_Problem to work on_.
Find the string "IFCLOCALPLACEMENT" in the data, then copy every line where it is found.

_Provided data_.
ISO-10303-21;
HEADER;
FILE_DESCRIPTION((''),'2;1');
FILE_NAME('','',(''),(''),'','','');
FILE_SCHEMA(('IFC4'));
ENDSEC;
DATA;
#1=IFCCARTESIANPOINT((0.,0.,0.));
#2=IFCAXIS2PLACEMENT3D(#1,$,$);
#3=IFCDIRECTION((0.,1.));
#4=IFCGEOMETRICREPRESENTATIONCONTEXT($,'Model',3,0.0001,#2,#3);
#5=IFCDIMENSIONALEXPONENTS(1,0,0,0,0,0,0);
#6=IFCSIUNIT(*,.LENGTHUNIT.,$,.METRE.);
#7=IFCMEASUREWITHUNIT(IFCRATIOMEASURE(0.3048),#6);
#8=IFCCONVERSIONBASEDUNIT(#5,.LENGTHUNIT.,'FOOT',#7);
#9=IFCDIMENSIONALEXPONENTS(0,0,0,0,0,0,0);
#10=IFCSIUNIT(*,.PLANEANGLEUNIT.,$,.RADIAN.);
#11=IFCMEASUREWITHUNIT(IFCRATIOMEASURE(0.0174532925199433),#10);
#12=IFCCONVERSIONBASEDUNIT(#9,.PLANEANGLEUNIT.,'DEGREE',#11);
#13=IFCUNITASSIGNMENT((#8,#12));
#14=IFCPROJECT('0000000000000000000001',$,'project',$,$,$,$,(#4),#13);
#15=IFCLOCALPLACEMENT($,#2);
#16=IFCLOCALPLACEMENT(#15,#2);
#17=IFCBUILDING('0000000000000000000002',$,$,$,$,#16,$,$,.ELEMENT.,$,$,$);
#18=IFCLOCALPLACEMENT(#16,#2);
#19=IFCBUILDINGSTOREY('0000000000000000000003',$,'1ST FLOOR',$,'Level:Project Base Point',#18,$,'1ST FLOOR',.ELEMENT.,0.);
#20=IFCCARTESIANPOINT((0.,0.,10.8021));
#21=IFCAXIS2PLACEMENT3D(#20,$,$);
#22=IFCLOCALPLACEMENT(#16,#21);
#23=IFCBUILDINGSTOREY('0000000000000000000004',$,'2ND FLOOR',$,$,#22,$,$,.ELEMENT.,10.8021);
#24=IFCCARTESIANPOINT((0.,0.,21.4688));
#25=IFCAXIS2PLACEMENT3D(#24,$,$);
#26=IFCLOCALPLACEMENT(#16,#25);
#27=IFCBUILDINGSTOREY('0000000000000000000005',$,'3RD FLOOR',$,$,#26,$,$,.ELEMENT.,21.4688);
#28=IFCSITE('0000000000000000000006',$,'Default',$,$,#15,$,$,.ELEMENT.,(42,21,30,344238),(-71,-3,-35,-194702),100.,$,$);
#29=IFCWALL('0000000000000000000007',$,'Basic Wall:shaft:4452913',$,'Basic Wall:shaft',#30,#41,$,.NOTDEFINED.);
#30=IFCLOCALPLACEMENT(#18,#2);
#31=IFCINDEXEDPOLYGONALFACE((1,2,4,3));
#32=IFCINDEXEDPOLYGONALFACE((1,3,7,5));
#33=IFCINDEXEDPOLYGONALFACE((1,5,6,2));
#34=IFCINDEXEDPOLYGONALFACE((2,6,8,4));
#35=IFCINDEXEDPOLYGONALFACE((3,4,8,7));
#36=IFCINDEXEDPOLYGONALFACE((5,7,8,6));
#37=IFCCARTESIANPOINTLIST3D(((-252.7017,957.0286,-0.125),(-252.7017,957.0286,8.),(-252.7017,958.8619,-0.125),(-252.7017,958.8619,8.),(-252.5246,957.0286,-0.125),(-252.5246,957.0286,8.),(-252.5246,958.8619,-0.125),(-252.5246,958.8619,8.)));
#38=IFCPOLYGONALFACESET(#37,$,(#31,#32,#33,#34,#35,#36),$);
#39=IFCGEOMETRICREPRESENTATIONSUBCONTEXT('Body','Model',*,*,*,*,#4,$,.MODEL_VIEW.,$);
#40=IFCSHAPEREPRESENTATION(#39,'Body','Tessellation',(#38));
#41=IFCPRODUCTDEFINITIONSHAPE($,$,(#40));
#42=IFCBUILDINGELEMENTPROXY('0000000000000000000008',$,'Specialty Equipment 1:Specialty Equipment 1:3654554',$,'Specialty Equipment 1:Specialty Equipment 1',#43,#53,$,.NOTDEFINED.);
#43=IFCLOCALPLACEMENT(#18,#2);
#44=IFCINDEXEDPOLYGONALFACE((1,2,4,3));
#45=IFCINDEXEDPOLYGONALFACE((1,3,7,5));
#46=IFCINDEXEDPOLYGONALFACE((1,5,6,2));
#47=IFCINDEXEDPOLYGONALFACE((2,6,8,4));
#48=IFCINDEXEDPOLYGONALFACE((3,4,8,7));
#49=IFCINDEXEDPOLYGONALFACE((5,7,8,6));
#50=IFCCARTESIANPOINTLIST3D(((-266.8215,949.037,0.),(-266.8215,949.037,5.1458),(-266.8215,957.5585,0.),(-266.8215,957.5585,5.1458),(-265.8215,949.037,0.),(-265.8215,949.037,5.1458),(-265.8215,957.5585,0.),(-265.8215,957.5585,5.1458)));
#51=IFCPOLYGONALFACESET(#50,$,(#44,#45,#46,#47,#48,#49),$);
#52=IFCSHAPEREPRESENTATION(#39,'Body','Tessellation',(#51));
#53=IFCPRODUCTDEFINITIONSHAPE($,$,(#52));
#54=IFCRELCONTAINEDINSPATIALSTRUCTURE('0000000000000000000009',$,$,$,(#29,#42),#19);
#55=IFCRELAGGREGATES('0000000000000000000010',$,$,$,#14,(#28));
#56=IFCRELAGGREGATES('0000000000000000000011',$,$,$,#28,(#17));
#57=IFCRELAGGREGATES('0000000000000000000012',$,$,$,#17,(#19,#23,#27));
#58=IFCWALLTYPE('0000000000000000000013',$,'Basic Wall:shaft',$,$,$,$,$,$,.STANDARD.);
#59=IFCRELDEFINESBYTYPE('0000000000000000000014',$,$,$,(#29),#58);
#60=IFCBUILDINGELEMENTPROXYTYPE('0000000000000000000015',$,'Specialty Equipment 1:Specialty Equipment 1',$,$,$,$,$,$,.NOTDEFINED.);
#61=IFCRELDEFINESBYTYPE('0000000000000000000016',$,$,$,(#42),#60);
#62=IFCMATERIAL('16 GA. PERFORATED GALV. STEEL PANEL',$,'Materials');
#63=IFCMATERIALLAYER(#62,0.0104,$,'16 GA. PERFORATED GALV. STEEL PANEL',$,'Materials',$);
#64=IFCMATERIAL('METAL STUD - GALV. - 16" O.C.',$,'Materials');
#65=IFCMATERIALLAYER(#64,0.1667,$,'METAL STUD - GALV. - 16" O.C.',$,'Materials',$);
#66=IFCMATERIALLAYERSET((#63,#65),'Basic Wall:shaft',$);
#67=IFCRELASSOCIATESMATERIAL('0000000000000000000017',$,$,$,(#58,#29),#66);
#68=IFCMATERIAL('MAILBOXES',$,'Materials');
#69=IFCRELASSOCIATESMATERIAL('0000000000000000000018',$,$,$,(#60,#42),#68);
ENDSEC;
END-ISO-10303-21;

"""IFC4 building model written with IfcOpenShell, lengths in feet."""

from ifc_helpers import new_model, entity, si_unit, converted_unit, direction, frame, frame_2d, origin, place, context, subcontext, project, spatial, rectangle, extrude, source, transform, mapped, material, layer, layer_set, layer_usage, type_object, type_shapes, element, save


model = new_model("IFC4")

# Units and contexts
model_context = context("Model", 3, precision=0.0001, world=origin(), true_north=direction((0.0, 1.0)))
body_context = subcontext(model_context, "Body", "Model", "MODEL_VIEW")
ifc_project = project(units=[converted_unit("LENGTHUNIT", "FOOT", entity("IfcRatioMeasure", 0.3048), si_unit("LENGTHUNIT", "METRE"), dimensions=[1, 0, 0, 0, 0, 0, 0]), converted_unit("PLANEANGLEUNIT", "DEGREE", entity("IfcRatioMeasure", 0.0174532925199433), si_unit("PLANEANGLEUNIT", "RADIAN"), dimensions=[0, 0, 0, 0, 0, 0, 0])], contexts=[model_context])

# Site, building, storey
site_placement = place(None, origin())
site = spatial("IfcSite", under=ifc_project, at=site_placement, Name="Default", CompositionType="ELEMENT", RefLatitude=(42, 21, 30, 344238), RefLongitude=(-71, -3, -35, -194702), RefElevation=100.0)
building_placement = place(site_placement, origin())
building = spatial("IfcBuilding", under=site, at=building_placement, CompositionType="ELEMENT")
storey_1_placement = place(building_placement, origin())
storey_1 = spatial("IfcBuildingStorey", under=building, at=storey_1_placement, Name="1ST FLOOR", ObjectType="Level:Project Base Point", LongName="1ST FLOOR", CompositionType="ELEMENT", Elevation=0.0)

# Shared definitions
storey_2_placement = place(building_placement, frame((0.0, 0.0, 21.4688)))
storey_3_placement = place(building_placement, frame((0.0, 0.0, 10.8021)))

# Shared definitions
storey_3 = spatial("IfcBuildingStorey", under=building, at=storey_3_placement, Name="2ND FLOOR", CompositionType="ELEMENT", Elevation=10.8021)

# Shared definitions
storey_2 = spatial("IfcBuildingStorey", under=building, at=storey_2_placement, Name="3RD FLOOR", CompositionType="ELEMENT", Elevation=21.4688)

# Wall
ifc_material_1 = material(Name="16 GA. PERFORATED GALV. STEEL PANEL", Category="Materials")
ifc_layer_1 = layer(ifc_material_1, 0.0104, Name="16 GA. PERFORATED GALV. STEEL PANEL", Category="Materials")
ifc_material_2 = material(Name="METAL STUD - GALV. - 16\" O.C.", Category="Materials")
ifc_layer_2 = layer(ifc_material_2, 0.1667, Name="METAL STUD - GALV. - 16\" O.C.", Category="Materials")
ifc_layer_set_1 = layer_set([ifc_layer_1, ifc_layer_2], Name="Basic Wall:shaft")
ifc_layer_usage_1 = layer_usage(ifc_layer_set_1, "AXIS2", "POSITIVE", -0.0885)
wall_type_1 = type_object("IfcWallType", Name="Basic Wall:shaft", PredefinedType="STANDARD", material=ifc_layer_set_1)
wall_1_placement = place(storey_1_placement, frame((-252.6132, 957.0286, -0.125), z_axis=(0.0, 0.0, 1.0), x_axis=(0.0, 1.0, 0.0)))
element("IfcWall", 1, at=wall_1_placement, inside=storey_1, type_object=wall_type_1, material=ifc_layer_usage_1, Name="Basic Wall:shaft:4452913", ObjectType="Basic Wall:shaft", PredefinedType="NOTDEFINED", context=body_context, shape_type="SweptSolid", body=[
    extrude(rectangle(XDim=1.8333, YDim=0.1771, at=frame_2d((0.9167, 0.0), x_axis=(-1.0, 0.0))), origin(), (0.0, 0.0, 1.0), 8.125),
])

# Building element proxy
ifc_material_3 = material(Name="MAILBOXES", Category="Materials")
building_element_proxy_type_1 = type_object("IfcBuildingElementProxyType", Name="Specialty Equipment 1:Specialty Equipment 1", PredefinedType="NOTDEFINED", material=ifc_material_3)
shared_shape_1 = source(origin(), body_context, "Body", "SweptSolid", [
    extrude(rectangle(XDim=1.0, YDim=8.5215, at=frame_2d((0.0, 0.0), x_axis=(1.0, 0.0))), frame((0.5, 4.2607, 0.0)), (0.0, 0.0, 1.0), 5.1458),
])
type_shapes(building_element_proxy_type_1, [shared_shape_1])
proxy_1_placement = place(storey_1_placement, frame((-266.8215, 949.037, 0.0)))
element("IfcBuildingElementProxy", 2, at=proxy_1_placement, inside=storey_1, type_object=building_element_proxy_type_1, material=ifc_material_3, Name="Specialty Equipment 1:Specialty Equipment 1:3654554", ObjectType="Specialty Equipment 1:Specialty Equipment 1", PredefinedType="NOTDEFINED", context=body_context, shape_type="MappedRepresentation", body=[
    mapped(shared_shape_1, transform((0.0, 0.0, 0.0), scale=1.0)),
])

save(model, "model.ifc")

_Response to the task_.
#15=IFCLOCALPLACEMENT($,#2);
#16=IFCLOCALPLACEMENT(#15,#2);
#18=IFCLOCALPLACEMENT(#16,#2);
#22=IFCLOCALPLACEMENT(#16,#21);
#26=IFCLOCALPLACEMENT(#16,#25);
#30=IFCLOCALPLACEMENT(#18,#2);
#43=IFCLOCALPLACEMENT(#18,#2);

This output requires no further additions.